Raw vs. block device. I'm confused.

Fri Jan 6 10:31:48 AEST 1984

From:  Steve Dyer <sdyer at bbn-unix>

Reading and writing on a disk block device participate in the kernel's
buffer cache.  That is, data transfers occur between the user's address
space and the buffers in the buffer cache, possibly implying that no I/O
was performed immediately (i.e. on a read the buffer might have already
been present in the cache, and on a write, the actual I/O request would be
enqueued, but not yet performed.) Note that when the number of bytes to be
transferred is greater than the UNIX system's buffer size, BSIZE (usually
512 or 1024), the single request given by the user program must be broken
up into multiple requests to fill a system buffer.
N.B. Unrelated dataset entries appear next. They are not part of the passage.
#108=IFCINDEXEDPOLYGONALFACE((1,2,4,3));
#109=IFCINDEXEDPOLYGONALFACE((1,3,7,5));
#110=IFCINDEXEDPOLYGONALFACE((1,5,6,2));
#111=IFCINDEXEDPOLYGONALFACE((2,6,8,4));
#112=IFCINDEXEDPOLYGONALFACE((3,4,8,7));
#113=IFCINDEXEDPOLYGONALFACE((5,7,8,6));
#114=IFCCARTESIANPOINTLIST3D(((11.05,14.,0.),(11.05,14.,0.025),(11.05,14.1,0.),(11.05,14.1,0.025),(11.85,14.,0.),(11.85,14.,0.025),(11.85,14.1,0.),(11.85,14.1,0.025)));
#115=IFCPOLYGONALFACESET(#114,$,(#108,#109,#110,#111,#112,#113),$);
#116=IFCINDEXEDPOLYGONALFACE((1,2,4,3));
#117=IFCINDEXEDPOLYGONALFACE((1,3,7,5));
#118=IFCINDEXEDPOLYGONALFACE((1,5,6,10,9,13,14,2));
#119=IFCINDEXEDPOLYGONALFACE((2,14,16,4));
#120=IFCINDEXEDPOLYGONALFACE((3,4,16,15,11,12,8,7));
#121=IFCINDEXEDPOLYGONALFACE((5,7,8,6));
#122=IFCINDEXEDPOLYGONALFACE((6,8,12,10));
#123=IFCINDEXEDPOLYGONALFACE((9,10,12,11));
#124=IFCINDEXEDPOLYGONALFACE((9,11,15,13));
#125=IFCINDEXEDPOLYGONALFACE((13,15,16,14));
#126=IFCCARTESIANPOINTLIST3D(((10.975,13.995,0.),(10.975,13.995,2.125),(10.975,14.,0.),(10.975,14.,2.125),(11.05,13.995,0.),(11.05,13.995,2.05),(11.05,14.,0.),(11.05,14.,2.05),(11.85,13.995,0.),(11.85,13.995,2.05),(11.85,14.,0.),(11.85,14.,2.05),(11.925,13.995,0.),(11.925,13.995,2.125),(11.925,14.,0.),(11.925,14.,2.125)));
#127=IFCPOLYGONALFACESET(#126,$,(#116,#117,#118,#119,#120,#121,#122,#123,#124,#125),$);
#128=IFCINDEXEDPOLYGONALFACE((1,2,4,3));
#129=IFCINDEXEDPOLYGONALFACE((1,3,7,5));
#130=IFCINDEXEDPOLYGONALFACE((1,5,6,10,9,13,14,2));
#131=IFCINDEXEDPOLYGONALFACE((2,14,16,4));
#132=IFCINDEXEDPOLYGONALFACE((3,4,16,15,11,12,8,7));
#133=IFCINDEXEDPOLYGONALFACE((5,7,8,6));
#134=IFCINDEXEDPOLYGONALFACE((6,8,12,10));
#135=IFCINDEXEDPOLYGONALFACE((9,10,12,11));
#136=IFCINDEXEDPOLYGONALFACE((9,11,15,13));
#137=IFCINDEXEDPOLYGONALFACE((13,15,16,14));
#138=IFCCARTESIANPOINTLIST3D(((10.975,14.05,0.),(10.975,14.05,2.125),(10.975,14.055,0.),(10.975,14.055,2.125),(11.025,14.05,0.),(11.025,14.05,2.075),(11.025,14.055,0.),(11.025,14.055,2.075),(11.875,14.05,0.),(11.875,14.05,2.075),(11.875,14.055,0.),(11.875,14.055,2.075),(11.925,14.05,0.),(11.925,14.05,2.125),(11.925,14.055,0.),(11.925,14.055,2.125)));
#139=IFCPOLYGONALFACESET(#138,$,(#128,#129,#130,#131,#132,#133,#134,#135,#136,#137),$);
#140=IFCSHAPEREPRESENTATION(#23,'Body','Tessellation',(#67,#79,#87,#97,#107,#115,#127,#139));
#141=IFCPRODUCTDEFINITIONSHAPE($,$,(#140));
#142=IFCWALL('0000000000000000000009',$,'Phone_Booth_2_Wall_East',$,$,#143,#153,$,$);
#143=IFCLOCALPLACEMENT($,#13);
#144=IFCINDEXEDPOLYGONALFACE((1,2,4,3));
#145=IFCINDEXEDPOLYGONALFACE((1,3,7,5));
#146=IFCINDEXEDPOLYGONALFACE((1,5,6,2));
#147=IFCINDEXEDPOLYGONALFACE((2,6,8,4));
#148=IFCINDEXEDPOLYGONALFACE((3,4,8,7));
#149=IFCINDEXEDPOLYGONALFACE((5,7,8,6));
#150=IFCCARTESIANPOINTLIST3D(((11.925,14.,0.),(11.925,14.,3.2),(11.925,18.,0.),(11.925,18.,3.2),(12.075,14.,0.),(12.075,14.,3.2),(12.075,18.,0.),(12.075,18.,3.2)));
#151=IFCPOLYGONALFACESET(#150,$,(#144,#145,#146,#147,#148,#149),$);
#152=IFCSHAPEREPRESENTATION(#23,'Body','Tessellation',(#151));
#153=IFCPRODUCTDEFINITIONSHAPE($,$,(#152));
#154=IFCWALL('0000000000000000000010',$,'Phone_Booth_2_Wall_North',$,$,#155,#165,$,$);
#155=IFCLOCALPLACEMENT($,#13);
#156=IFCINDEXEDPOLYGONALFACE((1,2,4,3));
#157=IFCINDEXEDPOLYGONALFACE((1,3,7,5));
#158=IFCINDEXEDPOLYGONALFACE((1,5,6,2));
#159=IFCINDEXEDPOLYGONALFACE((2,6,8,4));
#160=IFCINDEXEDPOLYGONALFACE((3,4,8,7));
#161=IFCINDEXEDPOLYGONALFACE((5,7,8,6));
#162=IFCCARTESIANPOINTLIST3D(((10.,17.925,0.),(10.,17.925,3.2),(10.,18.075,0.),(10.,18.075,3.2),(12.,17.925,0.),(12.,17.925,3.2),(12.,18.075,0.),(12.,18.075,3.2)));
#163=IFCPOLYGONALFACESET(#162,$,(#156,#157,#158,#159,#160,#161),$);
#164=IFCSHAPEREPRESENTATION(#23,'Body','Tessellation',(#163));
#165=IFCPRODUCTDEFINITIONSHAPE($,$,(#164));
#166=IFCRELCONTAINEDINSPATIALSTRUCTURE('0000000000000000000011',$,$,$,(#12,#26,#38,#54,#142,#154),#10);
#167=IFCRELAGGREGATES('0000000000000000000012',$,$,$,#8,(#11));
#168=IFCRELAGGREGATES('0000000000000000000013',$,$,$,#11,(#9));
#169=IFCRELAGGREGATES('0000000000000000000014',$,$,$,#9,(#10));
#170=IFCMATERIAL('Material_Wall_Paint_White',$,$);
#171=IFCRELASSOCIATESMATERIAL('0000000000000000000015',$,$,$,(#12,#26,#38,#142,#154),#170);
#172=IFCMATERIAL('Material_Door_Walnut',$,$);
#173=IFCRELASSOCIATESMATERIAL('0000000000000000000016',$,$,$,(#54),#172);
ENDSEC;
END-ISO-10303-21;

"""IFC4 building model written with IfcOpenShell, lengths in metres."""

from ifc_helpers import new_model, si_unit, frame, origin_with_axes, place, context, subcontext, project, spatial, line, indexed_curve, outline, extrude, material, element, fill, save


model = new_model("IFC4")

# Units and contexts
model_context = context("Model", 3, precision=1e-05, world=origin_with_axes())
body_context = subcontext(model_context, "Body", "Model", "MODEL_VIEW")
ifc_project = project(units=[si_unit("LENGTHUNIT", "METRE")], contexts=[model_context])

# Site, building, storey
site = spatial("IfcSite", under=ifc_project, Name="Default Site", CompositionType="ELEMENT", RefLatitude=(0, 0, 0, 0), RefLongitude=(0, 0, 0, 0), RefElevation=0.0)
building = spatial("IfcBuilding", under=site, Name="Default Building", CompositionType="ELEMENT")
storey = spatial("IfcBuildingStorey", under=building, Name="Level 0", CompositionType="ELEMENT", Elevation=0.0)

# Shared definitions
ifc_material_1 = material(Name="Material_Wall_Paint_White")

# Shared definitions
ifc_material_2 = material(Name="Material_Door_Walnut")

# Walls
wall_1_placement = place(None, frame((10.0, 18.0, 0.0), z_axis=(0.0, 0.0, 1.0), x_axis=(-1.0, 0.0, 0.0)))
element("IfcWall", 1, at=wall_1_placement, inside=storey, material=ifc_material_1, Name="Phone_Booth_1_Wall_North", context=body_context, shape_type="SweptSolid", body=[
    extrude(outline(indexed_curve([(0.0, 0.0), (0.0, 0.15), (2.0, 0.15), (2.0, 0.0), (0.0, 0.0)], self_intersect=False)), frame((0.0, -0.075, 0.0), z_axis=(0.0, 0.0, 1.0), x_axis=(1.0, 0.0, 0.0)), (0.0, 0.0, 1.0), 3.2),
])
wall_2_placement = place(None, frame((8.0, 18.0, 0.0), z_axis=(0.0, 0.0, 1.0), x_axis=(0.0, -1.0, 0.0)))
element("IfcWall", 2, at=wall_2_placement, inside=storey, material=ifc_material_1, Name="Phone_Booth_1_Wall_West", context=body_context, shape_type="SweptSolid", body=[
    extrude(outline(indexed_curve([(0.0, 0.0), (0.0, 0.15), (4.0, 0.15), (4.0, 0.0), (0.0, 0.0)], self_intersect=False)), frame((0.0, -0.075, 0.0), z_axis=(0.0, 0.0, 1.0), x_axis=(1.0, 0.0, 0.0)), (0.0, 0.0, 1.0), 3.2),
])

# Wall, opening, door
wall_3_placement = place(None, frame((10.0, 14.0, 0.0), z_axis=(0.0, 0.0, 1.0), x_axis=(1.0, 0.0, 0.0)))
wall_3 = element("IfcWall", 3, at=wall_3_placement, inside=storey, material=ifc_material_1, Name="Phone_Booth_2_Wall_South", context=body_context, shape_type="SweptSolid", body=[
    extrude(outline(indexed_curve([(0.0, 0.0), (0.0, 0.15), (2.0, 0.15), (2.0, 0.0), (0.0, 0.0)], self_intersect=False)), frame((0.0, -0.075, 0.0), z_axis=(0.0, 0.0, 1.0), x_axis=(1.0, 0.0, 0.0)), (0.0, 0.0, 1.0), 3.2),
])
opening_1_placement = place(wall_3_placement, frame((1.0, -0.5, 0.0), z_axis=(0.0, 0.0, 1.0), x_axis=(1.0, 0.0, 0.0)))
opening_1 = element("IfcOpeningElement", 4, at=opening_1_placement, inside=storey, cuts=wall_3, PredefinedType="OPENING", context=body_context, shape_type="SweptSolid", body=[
"Raw" disk I/O occurs directly between the user program and the hardware
device, bypassing any buffering.  Raw I/O is faster than "cooked" I/O for
two reasons: first, since data is DMA'ed directly into the user's address
space, one avoids the CPU overhead of having to copy bytes to/from an
intermediate buffer.  More importantly, when performing disk operations
like "?check", "fsck" or a disk-to-disk copy, all of which need to read
multiple contiguous physical blocks, it is often possible (depending on the
controller) to read multiple sectors in a single DMA operation.  The same
I/O request on the block device would have to be split into several
operations, almost certainly losing revolutions between successive
requests.

Adb'ing the raw disk device doesn't work because of physio(), the mediator
of raw "dma-type" requests.  Physio() hands to the disk device strategy
routine the "block number" of the request.  The block number is derived
quite simply as u.u_offset>>BSHIFT.  u.u_offset is the current "lseek"
position of the open raw device file, BSHIFT is log2(BSIZE).  Thus, all RAW
I/O operations must occur on a BSIZE boundary.  (Now only MUST, but DO!
It's quite surprising the first time you attempt raw I/O on a non-BSIZE
boundary and find that you've trashed the beginning of the block!)
Adb, like most UNIX programs, simply lseeks to the desired spot and
starts writing.

Think about it.  The primitive writable object on the surface of a disk is
a sector, which is usually 512 bytes.  To write on a disk device at other
than a sector boundary would require reading the old sector into memory,
modifying it, and writing it out again, something the raw device cannot
do, but which the block device handles quite well, since its higher levels
have already taken care of that.  Now, you might ask why physio() truncates
at BSIZE rather than SECTORSIZE (since they are no longer, since V7, one
and the same.)  I suspect it's merely a convenience, saving an extra
manifest constant to keep track with reality.

/Steve Dyer
sdyer at bbncca
decvax!bbncca!sdyer